> _YOUR ASSIGNMENT_: From the entries below, copy exactly the lines from the one that contains "#20=IFCINDEXEDPOLYGONALFACE((3,4,8,7));" through the one that contains "#25=IFCPRODUCTDEFINITIONSHAPE($,$,(#24));", both included, and only those.

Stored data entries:
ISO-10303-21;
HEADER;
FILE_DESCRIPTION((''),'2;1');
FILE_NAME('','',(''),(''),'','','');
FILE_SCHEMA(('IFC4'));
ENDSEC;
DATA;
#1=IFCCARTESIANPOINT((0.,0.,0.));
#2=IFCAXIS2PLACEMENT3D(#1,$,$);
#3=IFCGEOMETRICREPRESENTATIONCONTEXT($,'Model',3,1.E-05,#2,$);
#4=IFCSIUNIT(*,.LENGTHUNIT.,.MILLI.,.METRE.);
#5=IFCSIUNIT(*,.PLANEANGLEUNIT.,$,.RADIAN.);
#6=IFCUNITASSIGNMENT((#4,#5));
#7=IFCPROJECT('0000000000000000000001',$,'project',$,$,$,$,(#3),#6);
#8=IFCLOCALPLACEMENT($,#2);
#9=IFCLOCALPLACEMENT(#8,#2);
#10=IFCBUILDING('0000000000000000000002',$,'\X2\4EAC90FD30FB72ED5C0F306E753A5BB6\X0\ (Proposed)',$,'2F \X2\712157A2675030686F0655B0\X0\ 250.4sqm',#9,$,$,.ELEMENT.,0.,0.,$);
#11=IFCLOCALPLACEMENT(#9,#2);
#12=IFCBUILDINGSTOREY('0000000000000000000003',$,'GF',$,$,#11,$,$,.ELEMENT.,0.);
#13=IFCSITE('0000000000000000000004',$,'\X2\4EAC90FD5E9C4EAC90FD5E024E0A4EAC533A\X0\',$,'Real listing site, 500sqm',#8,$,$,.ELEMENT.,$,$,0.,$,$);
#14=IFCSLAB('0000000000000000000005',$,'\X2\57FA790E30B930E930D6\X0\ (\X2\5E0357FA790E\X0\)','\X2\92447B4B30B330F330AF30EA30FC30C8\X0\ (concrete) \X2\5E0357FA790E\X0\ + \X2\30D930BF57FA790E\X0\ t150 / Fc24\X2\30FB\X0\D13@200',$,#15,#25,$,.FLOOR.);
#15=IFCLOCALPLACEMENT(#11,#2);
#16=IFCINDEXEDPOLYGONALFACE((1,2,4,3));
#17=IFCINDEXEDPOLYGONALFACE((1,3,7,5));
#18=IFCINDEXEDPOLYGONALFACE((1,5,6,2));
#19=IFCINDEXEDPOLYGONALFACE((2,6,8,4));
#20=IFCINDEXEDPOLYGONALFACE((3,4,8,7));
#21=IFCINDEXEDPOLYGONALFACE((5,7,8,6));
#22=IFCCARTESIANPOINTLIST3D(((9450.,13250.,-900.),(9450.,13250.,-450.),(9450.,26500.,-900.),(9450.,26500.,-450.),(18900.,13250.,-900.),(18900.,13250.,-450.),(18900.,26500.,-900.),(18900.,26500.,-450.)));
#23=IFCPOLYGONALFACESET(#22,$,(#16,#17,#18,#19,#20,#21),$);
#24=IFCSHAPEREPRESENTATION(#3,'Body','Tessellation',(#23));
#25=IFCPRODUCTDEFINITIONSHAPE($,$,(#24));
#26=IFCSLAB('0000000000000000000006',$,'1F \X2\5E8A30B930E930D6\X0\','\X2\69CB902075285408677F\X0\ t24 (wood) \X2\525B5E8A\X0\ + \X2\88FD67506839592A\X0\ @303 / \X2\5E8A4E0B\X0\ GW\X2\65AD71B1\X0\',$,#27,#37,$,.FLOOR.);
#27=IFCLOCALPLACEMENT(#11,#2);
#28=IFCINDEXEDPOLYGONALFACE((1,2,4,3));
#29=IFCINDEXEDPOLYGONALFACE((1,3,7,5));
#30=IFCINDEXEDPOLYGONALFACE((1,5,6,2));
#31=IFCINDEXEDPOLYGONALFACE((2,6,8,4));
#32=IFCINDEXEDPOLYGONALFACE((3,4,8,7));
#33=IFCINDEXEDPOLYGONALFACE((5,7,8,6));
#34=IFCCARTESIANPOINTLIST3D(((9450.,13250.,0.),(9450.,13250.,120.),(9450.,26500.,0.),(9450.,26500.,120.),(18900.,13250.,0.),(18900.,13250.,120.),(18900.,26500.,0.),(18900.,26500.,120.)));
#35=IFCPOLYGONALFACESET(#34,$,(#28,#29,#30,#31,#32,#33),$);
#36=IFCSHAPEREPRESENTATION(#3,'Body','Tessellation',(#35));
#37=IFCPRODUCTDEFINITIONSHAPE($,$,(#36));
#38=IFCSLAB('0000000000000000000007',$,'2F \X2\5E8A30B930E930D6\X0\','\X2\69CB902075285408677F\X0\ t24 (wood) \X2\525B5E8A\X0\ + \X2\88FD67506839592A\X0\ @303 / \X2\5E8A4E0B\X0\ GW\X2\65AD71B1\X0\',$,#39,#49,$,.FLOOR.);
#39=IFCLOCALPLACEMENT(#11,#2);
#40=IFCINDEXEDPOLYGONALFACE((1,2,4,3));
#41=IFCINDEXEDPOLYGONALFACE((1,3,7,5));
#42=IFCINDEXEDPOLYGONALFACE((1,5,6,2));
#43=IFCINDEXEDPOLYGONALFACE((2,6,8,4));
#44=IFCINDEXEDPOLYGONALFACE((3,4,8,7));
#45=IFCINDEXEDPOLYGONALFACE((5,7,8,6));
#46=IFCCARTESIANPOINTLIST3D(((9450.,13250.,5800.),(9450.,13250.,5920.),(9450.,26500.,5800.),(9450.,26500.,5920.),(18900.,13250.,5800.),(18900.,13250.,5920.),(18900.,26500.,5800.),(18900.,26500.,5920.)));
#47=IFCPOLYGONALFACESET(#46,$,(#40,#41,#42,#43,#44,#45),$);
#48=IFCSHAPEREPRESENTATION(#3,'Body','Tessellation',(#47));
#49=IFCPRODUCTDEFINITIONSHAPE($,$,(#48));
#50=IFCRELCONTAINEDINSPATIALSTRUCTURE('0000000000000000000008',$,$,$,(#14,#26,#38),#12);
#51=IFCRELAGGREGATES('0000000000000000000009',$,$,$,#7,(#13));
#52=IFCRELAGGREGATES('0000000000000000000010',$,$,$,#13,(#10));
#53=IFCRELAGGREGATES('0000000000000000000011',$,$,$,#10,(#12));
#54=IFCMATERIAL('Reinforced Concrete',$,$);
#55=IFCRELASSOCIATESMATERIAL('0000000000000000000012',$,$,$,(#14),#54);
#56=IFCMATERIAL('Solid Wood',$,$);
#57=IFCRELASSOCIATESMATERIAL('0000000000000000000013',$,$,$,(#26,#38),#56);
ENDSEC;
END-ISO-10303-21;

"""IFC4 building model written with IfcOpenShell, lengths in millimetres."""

from ifc_helpers import new_model, si_unit, frame, frame_2d, origin, place, context, project, spatial, rectangle, extrude, material, element, save


model = new_model("IFC4")

# Units and contexts
model_context = context("Model", 3, precision=1e-05, world=origin())
ifc_project = project(units=[si_unit("LENGTHUNIT", "METRE", prefix="MILLI"), si_unit("PLANEANGLEUNIT", "RADIAN")], contexts=[model_context])

# Site, building, storey
site_placement = place(None, origin())
site = spatial("IfcSite", under=ifc_project, at=site_placement, Name="京都府京都市上京区", ObjectType="Real listing site, 500sqm", CompositionType="ELEMENT", RefElevation=0.0)
building_placement = place(site_placement, origin())
building = spatial("IfcBuilding", under=site, at=building_placement, Name="京都・狭小の町家 (Proposed)", ObjectType="2F 無垢材と漆喰 250.4sqm", CompositionType="ELEMENT", ElevationOfRefHeight=0.0, ElevationOfTerrain=0.0)
storey_placement = place(building_placement, origin())
storey = spatial("IfcBuildingStorey", under=building, at=storey_placement, Name="GF", CompositionType="ELEMENT", Elevation=0.0)

# Shared definitions
ifc_material_1 = material(Name="Solid Wood")

# Slabs
ifc_material_2 = material(Name="Reinforced Concrete")
slab_1_placement = place(storey_placement, frame((4725.0, 6625.0, -450.0)))
element("IfcSlab", 1, at=slab_1_placement, inside=storey, material=ifc_material_2, Name="基礎スラブ (布基礎)", Description="鉄筋コンクリート (concrete) 布基礎 + ベタ基礎 t150 / Fc24・D13@200", PredefinedType="FLOOR", context=model_context, shape_type="SweptSolid", body=[
    extrude(rectangle(XDim=9450.0, YDim=13250.0, at=frame_2d((4725.0, 6625.0))), frame((4725.0, 6625.0, -450.0)), (0.0, 0.0, 1.0), 450.0),
])
slab_2_placement = place(storey_placement, frame((4725.0, 6625.0, 0.0)))
element("IfcSlab", 2, at=slab_2_placement, inside=storey, material=ifc_material_1, Name="1F 床スラブ", Description="構造用合板 t24 (wood) 剛床 + 製材根太 @303 / 床下 GW断熱", PredefinedType="FLOOR", context=model_context, shape_type="SweptSolid", body=[
    extrude(rectangle(XDim=9450.0, YDim=13250.0, at=frame_2d((4725.0, 6625.0))), frame((4725.0, 6625.0, 0.0)), (0.0, 0.0, 1.0), 120.0),
])
slab_3_placement = place(storey_placement, frame((4725.0, 6625.0, 2900.0)))
element("IfcSlab", 3, at=slab_3_placement, inside=storey, material=ifc_material_1, Name="2F 床スラブ", Description="構造用合板 t24 (wood) 剛床 + 製材根太 @303 / 床下 GW断熱", PredefinedType="FLOOR", context=model_context, shape_type="SweptSolid", body=[
    extrude(rectangle(XDim=9450.0, YDim=13250.0, at=frame_2d((4725.0, 6625.0))), frame((4725.0, 6625.0, 2900.0)), (0.0, 0.0, 1.0), 120.0),
])

save(model, "model.ifc")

> _ANSWER TO THE EXERCISE_:
#20=IFCINDEXEDPOLYGONALFACE((3,4,8,7));
#21=IFCINDEXEDPOLYGONALFACE((5,7,8,6));
#22=IFCCARTESIANPOINTLIST3D(((9450.,13250.,-900.),(9450.,13250.,-450.),(9450.,26500.,-900.),(9450.,26500.,-450.),(18900.,13250.,-900.),(18900.,13250.,-450.),(18900.,26500.,-900.),(18900.,26500.,-450.)));
#23=IFCPOLYGONALFACESET(#22,$,(#16,#17,#18,#19,#20,#21),$);
#24=IFCSHAPEREPRESENTATION(#3,'Body','Tessellation',(#23));
#25=IFCPRODUCTDEFINITIONSHAPE($,$,(#24));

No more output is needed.